-- Given records follows --

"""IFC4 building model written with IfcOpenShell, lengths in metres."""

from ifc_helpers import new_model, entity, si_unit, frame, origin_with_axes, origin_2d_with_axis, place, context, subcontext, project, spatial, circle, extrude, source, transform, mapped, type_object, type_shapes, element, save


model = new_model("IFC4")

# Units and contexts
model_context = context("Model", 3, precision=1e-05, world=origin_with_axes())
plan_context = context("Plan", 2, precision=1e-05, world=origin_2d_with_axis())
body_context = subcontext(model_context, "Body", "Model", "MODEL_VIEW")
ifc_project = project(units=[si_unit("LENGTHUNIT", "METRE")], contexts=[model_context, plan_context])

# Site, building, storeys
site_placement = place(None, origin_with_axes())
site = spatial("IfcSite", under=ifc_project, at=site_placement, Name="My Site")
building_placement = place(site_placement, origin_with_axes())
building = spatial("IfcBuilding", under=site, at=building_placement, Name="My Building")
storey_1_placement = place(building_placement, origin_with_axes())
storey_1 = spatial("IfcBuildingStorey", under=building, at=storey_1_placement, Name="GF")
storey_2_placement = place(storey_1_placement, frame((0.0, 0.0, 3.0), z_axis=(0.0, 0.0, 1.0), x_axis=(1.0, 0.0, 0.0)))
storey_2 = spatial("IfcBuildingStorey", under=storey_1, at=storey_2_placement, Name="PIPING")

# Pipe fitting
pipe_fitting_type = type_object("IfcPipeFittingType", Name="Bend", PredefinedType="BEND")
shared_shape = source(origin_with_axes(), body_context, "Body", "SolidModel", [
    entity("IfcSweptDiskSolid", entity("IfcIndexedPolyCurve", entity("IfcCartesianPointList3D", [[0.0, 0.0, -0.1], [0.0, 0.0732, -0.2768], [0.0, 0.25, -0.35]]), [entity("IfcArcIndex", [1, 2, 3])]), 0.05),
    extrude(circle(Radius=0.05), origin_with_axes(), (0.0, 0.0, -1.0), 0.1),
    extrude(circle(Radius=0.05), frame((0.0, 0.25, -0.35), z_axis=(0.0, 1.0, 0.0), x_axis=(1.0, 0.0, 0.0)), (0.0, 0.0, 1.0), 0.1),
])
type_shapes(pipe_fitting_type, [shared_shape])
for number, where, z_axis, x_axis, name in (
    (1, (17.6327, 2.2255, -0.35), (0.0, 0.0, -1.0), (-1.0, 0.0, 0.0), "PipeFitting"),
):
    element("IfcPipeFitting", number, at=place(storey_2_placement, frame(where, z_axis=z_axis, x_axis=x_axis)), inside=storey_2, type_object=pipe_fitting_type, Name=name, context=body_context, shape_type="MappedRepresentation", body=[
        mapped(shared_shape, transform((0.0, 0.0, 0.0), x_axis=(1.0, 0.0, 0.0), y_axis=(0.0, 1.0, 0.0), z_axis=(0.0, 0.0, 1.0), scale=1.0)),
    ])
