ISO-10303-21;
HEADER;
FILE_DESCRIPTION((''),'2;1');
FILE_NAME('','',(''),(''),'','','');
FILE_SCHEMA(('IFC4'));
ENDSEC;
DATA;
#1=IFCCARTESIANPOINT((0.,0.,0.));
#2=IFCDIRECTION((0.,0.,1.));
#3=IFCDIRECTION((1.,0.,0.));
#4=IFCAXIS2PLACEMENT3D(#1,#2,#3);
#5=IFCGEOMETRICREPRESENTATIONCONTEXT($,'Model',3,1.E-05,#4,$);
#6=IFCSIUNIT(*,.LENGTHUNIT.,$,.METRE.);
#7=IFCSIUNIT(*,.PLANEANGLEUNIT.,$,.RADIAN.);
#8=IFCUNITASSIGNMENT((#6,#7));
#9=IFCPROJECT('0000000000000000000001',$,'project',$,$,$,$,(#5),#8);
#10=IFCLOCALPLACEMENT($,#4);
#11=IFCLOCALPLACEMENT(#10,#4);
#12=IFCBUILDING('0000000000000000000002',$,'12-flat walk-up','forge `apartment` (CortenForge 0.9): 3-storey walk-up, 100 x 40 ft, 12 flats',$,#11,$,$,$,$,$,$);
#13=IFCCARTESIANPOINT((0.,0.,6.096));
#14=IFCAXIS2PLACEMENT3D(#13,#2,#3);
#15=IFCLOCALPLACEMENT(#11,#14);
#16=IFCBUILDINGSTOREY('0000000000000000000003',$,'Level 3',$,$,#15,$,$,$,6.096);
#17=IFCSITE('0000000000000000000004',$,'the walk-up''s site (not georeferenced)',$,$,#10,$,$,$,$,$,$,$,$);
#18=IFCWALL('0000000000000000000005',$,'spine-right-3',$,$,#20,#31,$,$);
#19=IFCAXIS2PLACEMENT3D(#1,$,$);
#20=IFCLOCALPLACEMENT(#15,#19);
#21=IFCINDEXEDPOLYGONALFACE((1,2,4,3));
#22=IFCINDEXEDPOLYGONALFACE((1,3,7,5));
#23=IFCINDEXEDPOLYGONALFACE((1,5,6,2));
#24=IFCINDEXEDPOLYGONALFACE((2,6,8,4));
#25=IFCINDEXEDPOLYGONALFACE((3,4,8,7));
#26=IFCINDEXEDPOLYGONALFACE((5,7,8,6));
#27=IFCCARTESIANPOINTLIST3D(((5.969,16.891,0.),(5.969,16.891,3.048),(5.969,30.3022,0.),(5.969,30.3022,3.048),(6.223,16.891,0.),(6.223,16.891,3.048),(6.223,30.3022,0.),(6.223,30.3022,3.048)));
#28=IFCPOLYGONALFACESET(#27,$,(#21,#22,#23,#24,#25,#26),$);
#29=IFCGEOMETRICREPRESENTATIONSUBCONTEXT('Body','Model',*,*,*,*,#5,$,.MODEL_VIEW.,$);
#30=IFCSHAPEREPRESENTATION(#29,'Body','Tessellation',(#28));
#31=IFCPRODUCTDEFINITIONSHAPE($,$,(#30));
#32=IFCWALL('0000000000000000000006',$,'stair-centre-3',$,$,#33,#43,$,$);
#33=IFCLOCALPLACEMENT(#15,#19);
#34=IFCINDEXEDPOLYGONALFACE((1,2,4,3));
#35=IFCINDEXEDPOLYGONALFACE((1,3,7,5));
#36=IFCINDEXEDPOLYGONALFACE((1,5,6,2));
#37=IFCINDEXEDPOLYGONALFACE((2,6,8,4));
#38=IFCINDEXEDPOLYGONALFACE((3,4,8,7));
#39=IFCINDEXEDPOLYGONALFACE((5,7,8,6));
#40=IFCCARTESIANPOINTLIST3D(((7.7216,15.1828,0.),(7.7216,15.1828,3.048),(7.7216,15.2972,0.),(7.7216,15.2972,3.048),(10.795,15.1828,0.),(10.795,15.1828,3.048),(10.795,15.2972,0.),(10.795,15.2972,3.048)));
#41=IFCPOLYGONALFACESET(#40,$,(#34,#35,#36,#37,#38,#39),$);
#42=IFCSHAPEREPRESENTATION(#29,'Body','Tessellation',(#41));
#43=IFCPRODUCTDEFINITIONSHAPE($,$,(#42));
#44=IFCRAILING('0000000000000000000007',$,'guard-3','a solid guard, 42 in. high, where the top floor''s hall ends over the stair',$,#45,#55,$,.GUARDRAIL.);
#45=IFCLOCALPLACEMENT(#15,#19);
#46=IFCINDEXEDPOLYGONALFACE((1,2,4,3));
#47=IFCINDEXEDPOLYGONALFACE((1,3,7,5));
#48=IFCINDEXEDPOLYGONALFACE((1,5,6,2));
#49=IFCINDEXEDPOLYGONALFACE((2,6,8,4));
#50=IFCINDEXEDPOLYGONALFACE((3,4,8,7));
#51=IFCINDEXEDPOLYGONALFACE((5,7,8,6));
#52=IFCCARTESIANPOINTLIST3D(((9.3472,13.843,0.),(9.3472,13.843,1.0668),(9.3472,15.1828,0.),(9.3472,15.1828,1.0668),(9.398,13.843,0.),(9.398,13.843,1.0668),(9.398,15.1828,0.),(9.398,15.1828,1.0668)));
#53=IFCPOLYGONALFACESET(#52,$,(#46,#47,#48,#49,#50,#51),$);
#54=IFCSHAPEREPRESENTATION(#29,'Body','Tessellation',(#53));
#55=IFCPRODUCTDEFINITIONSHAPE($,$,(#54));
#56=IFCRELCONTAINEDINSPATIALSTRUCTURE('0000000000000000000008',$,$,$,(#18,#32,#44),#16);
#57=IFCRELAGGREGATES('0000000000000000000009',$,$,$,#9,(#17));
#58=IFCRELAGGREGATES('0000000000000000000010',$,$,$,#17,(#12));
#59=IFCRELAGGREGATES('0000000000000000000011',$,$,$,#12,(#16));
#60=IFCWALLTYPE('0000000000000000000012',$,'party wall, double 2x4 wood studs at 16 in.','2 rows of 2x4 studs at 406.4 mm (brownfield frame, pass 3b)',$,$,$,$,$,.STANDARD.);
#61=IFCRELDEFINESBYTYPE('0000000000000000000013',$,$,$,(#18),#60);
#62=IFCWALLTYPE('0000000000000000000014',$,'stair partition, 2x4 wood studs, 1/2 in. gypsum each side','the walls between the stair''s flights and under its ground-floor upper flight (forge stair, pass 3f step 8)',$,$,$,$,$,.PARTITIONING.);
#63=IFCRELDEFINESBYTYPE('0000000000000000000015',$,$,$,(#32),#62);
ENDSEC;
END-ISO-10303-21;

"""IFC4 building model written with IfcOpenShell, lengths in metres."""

from ifc_helpers import new_model, si_unit, frame, frame_2d, origin, origin_with_axes, place, context, subcontext, project, spatial, rectangle, extrude, type_object, element, save


model = new_model("IFC4")

# Units and contexts
model_context = context("Model", 3, precision=1e-05, world=origin_with_axes())
body_context = subcontext(model_context, "Body", "Model", "MODEL_VIEW")
ifc_project = project(units=[si_unit("LENGTHUNIT", "METRE"), si_unit("PLANEANGLEUNIT", "RADIAN")], contexts=[model_context])

# Site, building, storey
site_placement = place(None, origin_with_axes())
site = spatial("IfcSite", under=ifc_project, at=site_placement, Name="the walk-up's site (not georeferenced)")
building_placement = place(site_placement, origin_with_axes())
building = spatial("IfcBuilding", under=site, at=building_placement, Name="12-flat walk-up", Description="forge `apartment` (CortenForge 0.9): 3-storey walk-up, 100 x 40 ft, 12 flats")
storey_placement = place(building_placement, frame((0.0, 0.0, 6.096), z_axis=(0.0, 0.0, 1.0), x_axis=(1.0, 0.0, 0.0)))
storey = spatial("IfcBuildingStorey", under=building, at=storey_placement, Name="Level 3", Elevation=6.096)

# Walls
wall_type_1 = type_object("IfcWallType", Name="party wall, double 2x4 wood studs at 16 in.", Description="2 rows of 2x4 studs at 406.4 mm (brownfield frame, pass 3b)", PredefinedType="STANDARD")
wall_1_placement = place(storey_placement, frame((5.969, 16.891, 0.0), z_axis=(0.0, 0.0, 1.0), x_axis=(1.0, 0.0, 0.0)))
element("IfcWall", 1, at=wall_1_placement, inside=storey, type_object=wall_type_1, Name="spine-right-3", context=body_context, shape_type="SweptSolid", body=[
    extrude(rectangle(XDim=0.254, YDim=13.4112, at=frame_2d((0.127, 6.7056))), origin(), (0.0, 0.0, 1.0), 3.048),
])
wall_type_2 = type_object("IfcWallType", Name="stair partition, 2x4 wood studs, 1/2 in. gypsum each side", Description="the walls between the stair's flights and under its ground-floor upper flight (forge stair, pass 3f step 8)", PredefinedType="PARTITIONING")
wall_2_placement = place(storey_placement, frame((7.7216, 15.1829, 0.0), z_axis=(0.0, 0.0, 1.0), x_axis=(1.0, 0.0, 0.0)))
element("IfcWall", 2, at=wall_2_placement, inside=storey, type_object=wall_type_2, Name="stair-centre-3", context=body_context, shape_type="SweptSolid", body=[
    extrude(rectangle(XDim=3.0734, YDim=0.1143, at=frame_2d((1.5367, 0.0572))), origin(), (0.0, 0.0, 1.0), 3.048),
])

# Railing
railing_placement = place(storey_placement, frame((9.3472, 13.843, 0.0), z_axis=(0.0, 0.0, 1.0), x_axis=(1.0, 0.0, 0.0)))
element("IfcRailing", 3, at=railing_placement, inside=storey, Name="guard-3", Description="a solid guard, 42 in. high, where the top floor's hall ends over the stair", PredefinedType="GUARDRAIL", context=body_context, shape_type="SweptSolid", body=[
    extrude(rectangle(XDim=0.0508, YDim=1.3399, at=frame_2d((0.0254, 0.6699))), origin(), (0.0, 0.0, 1.0), 1.0668),
])

save(model, "model.ifc")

-- Given records concluded --

Task requirements:
Out of the listing above, reproduce exactly the lines from the one with "#6=IFCSIUNIT(*,.LENGTHUNIT.,$,.METRE.);" up to and including the one with "#15=IFCLOCALPLACEMENT(#11,#14);".

Written solution:
#6=IFCSIUNIT(*,.LENGTHUNIT.,$,.METRE.);
#7=IFCSIUNIT(*,.PLANEANGLEUNIT.,$,.RADIAN.);
#8=IFCUNITASSIGNMENT((#6,#7));
#9=IFCPROJECT('0000000000000000000001',$,'project',$,$,$,$,(#5),#8);
#10=IFCLOCALPLACEMENT($,#4);
#11=IFCLOCALPLACEMENT(#10,#4);
#12=IFCBUILDING('0000000000000000000002',$,'12-flat walk-up','forge `apartment` (CortenForge 0.9): 3-storey walk-up, 100 x 40 ft, 12 flats',$,#11,$,$,$,$,$,$);
#13=IFCCARTESIANPOINT((0.,0.,6.096));
#14=IFCAXIS2PLACEMENT3D(#13,#2,#3);
#15=IFCLOCALPLACEMENT(#11,#14);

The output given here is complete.